What does that mean to you? Home. It's one word but it speaks a thousand silent expressions. My small family has moved a few times over the past few months. You've all been with us on our small journey. SL is a place where we can chose who is family, where we live and what we look like. You'd think it would always feel like 'home' to you. After all, it's what you made, your design and your creations, right? Wrong.

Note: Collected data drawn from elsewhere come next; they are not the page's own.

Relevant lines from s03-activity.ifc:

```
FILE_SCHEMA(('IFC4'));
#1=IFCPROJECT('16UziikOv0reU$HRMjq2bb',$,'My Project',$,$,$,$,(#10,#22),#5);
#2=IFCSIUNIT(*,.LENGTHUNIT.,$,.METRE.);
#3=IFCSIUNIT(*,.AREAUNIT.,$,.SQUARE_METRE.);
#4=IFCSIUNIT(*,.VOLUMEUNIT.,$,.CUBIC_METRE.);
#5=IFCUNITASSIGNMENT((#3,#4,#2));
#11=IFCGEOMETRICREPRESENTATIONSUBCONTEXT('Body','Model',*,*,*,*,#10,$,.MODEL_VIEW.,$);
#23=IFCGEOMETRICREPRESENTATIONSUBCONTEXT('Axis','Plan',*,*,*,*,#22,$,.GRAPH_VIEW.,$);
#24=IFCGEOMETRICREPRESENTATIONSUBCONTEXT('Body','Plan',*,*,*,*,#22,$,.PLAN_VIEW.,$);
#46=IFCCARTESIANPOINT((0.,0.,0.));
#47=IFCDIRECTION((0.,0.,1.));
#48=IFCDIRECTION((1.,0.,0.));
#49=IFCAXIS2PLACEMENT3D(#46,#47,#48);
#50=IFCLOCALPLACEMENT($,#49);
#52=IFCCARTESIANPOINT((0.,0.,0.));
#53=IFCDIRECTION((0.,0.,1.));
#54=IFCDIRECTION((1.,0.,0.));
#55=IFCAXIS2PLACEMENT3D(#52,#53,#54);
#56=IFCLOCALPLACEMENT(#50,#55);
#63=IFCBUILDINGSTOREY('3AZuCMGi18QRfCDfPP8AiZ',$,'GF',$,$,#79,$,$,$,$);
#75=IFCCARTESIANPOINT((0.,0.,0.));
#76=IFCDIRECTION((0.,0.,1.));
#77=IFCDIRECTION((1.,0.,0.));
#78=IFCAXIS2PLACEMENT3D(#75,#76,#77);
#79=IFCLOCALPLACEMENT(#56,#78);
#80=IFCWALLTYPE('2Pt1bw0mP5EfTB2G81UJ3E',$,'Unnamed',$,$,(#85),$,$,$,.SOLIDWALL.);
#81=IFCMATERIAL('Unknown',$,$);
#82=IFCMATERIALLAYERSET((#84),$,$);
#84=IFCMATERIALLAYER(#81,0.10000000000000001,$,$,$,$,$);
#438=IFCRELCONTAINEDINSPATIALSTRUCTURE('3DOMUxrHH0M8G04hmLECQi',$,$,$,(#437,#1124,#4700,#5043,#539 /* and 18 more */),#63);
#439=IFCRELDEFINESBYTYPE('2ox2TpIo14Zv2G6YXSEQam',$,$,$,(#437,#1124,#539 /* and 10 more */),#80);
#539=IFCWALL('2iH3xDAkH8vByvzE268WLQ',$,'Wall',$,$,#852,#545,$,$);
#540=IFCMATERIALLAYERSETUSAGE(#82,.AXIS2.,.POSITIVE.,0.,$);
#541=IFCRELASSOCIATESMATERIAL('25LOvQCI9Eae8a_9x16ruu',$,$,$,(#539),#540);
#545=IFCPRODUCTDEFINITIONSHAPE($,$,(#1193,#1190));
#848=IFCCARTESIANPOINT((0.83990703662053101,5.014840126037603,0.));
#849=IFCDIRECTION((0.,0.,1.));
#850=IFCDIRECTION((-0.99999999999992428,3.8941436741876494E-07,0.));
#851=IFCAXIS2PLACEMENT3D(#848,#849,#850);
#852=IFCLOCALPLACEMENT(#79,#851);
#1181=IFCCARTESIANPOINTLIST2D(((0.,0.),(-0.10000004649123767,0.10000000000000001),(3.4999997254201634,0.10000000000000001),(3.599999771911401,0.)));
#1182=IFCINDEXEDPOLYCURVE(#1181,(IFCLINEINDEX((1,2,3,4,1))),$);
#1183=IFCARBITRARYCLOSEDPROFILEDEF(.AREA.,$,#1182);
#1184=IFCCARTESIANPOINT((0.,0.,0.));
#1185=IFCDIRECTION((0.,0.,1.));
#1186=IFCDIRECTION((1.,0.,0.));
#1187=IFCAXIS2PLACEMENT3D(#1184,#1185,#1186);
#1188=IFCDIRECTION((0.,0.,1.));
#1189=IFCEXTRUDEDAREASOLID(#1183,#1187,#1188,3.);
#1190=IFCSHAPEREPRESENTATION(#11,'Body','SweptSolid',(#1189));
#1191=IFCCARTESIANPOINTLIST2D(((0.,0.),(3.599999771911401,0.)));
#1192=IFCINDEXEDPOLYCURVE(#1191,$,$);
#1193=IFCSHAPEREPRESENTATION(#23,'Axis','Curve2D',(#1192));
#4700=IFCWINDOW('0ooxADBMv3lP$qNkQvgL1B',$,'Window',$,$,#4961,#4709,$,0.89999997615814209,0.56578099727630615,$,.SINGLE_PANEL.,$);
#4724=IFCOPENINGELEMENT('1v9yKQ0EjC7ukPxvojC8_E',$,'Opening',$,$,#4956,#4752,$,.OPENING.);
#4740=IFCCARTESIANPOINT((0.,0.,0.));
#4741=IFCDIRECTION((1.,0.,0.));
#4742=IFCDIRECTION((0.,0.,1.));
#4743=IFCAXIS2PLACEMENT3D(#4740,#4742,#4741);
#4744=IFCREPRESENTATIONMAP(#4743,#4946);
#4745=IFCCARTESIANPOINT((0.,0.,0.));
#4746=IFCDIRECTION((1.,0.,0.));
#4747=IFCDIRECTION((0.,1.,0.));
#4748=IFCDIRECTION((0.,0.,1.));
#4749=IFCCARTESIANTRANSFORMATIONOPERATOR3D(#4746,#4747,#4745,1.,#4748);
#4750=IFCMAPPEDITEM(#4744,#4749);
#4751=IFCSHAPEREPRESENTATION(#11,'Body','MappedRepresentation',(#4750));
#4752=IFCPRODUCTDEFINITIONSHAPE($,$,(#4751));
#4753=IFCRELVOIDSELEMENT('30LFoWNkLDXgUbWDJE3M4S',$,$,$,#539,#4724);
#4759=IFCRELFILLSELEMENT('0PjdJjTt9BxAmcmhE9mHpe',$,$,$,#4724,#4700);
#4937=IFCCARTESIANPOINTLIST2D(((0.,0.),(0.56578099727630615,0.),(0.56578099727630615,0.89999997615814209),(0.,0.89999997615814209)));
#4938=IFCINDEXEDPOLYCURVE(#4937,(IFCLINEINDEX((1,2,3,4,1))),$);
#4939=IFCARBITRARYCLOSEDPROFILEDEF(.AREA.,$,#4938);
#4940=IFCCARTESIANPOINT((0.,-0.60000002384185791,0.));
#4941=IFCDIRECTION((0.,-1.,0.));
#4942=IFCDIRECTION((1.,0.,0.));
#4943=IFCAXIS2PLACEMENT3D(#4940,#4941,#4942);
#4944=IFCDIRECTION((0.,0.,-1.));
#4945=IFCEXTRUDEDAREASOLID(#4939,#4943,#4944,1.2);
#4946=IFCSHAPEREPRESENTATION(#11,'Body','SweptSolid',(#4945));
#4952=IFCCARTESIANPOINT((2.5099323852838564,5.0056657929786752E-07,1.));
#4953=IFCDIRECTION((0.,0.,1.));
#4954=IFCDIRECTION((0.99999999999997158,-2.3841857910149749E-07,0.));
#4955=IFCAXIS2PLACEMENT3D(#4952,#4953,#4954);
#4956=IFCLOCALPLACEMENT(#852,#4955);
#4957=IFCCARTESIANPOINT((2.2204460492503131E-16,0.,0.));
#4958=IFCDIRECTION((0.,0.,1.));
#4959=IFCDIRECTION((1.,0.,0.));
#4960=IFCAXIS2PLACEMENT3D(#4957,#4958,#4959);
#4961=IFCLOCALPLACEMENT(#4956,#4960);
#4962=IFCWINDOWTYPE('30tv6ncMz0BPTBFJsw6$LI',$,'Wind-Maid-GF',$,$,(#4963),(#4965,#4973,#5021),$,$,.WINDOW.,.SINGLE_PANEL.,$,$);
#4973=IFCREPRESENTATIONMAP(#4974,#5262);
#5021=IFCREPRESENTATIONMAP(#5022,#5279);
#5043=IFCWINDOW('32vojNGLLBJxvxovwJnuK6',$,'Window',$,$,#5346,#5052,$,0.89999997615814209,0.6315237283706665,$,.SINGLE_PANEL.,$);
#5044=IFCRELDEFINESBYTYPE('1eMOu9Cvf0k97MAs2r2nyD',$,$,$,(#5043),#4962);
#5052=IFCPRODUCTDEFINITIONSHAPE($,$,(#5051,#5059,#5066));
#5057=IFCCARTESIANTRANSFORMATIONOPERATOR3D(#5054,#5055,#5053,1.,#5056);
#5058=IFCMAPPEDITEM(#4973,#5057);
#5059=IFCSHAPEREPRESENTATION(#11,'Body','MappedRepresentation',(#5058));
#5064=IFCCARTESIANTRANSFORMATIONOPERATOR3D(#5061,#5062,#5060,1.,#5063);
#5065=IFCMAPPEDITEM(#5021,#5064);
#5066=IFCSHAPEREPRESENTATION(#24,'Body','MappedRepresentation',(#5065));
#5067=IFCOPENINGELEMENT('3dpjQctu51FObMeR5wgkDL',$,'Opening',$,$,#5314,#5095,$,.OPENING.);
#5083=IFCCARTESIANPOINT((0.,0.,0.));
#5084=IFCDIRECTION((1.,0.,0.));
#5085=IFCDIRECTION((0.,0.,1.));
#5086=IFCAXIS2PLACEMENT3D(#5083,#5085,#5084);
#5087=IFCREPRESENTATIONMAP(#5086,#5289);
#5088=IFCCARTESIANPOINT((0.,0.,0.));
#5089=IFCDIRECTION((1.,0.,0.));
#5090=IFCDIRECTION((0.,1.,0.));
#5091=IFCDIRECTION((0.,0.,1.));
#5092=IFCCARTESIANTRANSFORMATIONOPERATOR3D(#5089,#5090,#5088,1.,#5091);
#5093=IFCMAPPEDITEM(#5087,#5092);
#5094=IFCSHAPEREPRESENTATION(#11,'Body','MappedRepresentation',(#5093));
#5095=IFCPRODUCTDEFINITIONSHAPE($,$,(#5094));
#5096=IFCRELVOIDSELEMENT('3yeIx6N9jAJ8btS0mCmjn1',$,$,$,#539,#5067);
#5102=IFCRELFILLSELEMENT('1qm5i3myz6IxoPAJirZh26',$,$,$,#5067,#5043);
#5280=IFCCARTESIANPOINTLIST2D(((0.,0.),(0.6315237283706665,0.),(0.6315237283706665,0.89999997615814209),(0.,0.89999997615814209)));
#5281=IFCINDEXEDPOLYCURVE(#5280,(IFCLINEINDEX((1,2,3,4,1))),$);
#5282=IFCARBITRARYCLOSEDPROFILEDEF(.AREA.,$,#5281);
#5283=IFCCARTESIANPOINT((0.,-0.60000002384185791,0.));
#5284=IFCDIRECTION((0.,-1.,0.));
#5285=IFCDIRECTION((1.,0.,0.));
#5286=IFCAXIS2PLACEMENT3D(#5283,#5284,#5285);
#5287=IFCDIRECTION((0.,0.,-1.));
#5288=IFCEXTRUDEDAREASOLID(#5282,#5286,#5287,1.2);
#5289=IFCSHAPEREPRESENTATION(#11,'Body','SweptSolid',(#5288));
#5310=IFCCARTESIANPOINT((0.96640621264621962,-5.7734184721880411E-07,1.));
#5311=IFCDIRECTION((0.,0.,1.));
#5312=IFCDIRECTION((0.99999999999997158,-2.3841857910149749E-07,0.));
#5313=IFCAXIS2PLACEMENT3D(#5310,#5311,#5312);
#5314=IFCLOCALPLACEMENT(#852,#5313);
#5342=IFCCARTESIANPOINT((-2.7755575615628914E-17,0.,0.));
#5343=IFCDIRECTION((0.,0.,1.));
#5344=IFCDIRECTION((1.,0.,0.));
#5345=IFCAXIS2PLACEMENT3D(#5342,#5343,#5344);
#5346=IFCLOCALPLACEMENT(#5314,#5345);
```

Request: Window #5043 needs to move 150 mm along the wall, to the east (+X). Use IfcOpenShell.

```python
import ifcopenshell
import ifcopenshell.api.geometry
import ifcopenshell.util.placement
import ifcopenshell.util.unit

model = ifcopenshell.open("s03-activity.ifc")
unit_scale = ifcopenshell.util.unit.calculate_unit_scale(model)

window = model.by_guid("32vojNGLLBJxvxovwJnuK6")
opening = window.FillsVoids[0].RelatingOpeningElement
wall = opening.VoidsElements[0].RelatingBuildingElement

wall_matrix = ifcopenshell.util.placement.get_local_placement(wall.ObjectPlacement)
shift = wall_matrix[:3, 0] * -0.15 / unit_scale
before = ifcopenshell.util.placement.get_local_placement(window.ObjectPlacement)[:3, 3].copy()

# The window is placed relative to its opening, so it follows when the opening moves.
matrix = ifcopenshell.util.placement.get_local_placement(opening.ObjectPlacement)
matrix[:3, 3] += shift
ifcopenshell.api.geometry.edit_object_placement(
    model, product=opening, matrix=matrix, is_si=False, should_transform_children=True
)

after = ifcopenshell.util.placement.get_local_placement(window.ObjectPlacement)[:3, 3]
print("window moved by", (after - before).round(3) + 0.0)

model.write("s03-activity-out.ifc")
```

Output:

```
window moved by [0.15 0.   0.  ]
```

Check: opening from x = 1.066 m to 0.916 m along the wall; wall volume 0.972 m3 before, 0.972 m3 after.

As of late I've been feeling extremely sappy and insightful. Maybe it's the change of the seasons that is fast approaching. Autumn is my favorite time of the year. It's the one time of the year where I really feel alive and myself. The crisp autumn air kissing my cheeks, the perfume of leaves, salty ocean air (at least for me) pine trees, and the call of the loons slowly leaving as the calls of the crows and owls creep back in. My whole life I've been very introspective and emotional. It's something that I've never pushed away, I've always embraced it with open arms. At times it can feel as if it's a burden, because I feel so very deeply. I wouldn't change it for the world. I have another blog that I currently write in with more of my thoughts and emotions. I've been tempted to share from time to time.. perhaps one day..

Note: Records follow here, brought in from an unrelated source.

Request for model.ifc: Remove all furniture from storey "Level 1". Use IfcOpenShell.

First a look at what the model holds.

```python
import ifcopenshell
import ifcopenshell.util.element

model = ifcopenshell.open("model.ifc")
print(model.schema)
storey = next(s for s in model.by_type("IfcBuildingStorey") if s.Name == "Level 1")
furniture = [e for e in ifcopenshell.util.element.get_decomposition(storey) if e.is_a("IfcFurnishingElement")]
seen = {}
for e in furniture:
    element_type = ifcopenshell.util.element.get_type(e)
    name = element_type.Name if element_type not in (None, e) else None
    seen[name] = seen.get(name, 0) + 1
for name, count in sorted(seen.items(), key=str):
    print(count, "x", name)
```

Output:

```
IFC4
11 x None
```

```python
import ifcopenshell
import ifcopenshell.api.root
import ifcopenshell.util.element

model = ifcopenshell.open("model.ifc")

storey = next(s for s in model.by_type("IfcBuildingStorey") if s.Name == "Level 1")
furniture = [e for e in ifcopenshell.util.element.get_decomposition(storey) if e.is_a("IfcFurnishingElement")]

for e in furniture:
    ifcopenshell.api.root.remove_product(model, product=e)
print(len(furniture), "removed")

model.write("model_updated.ifc")
```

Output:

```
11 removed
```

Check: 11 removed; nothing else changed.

My family and I have been spending a lot of time together as of late getting our home and property ready for the season's change. Hanging small wreaths, pulling up some of the toys and putting them away in the shed and tending the gardens. I'll have to start canning lots of the veggies soon, we'll need to have some for over the winter months. I will be covering the shrubs and readying the storm windows for the winter months.

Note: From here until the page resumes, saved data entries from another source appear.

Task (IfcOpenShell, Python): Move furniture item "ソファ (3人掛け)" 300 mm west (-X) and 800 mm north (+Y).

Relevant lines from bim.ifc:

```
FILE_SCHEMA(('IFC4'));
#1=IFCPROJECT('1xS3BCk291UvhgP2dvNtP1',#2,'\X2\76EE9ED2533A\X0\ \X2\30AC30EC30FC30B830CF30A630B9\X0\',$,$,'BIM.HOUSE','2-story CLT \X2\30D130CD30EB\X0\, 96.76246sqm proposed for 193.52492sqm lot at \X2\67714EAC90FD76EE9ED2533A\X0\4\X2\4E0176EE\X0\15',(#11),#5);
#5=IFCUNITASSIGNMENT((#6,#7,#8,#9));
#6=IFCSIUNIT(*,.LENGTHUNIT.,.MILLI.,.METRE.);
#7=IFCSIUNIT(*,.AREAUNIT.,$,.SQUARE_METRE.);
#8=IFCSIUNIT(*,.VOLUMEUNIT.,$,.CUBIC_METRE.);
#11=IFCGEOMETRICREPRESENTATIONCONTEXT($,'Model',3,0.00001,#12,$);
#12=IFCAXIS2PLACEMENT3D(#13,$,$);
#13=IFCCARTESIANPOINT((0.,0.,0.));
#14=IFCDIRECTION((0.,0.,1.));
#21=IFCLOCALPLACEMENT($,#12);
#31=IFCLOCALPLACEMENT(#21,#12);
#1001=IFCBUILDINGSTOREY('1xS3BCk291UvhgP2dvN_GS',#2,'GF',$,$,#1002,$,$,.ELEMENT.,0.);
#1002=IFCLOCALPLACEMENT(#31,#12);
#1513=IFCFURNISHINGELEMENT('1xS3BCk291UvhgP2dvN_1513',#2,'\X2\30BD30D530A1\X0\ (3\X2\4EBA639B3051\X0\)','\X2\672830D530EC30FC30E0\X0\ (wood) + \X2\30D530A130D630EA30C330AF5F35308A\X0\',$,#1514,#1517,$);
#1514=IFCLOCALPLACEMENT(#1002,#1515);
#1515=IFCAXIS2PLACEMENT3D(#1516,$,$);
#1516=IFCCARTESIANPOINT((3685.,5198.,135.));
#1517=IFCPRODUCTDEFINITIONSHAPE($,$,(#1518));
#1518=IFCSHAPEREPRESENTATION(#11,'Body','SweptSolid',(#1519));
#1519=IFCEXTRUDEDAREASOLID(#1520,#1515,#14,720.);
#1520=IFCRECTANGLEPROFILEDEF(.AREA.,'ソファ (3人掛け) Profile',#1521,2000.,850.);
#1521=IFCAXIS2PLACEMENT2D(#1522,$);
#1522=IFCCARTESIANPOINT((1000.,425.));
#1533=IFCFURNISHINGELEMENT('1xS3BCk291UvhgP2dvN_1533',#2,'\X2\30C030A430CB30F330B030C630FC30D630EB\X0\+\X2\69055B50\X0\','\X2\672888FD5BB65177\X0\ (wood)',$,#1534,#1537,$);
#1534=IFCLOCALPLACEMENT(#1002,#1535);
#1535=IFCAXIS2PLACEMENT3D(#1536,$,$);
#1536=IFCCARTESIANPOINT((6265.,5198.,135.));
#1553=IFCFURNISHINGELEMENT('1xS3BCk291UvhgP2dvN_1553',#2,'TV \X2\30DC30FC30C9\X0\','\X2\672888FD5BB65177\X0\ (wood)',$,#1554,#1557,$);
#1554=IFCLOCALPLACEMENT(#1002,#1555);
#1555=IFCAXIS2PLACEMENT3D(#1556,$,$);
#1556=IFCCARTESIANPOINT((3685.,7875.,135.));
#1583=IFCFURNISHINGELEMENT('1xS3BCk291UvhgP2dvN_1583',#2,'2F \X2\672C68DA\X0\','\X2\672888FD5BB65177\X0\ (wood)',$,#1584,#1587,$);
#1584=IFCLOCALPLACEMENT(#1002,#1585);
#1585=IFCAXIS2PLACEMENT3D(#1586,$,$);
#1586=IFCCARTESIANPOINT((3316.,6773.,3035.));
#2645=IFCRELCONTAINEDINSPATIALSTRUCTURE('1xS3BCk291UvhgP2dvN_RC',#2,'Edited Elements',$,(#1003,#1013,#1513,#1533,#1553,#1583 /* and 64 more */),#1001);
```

```python
import ifcopenshell
import ifcopenshell.api.geometry
import ifcopenshell.util.placement

model = ifcopenshell.open("bim.ifc")

item = model.by_guid("1xS3BCk291UvhgP2dvN_1513")
matrix = ifcopenshell.util.placement.get_local_placement(item.ObjectPlacement)
matrix[0, 3] -= 300.0
matrix[1, 3] += 800.0
ifcopenshell.api.geometry.edit_object_placement(model, product=item, matrix=matrix, is_si=False)

print(ifcopenshell.util.placement.get_local_placement(item.ObjectPlacement).round(3) + 0.0)

model.write("bim_v2.ifc")
```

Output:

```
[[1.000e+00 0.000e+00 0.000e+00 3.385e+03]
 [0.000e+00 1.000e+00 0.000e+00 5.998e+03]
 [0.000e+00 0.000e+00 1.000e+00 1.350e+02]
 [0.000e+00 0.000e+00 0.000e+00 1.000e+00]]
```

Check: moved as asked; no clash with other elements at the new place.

After hanging a new autumn wreath on the front porch and setting a small basket of pumpkins out I stood there and just stopped. Pickles, the cat at my side. I stood there and inhaled the crisp air. The wind was blowing ever so lightly. Just enough to tease the small wisps from my braid. I watched a small family of sparrows fly over the mountains. Perhaps they were on their way to another climate. The leaves were dancing in the distance, and I could hear the crashing of the waves below the hill out front. I thought to myself... this is home. This really is it. Home, where I belong. I've never felt more at home than I do with my family, and my small cottage by the sea. I want for nothing. I have a beautiful daughter, an amazing sister and two incredible nieces. We have a plethora of pets and a small farm. Our ocean side country home is all I could dream of and more. To know that I am home, to feel that I am home in my heart is such a wonderful feeling. I have so much love to express and at times I can't always describe the feelings I have for my family and my home in SL. Always know no matter where the road takes us.. I'll be with you, holding your hand. You're my family, no matter where this country road goes.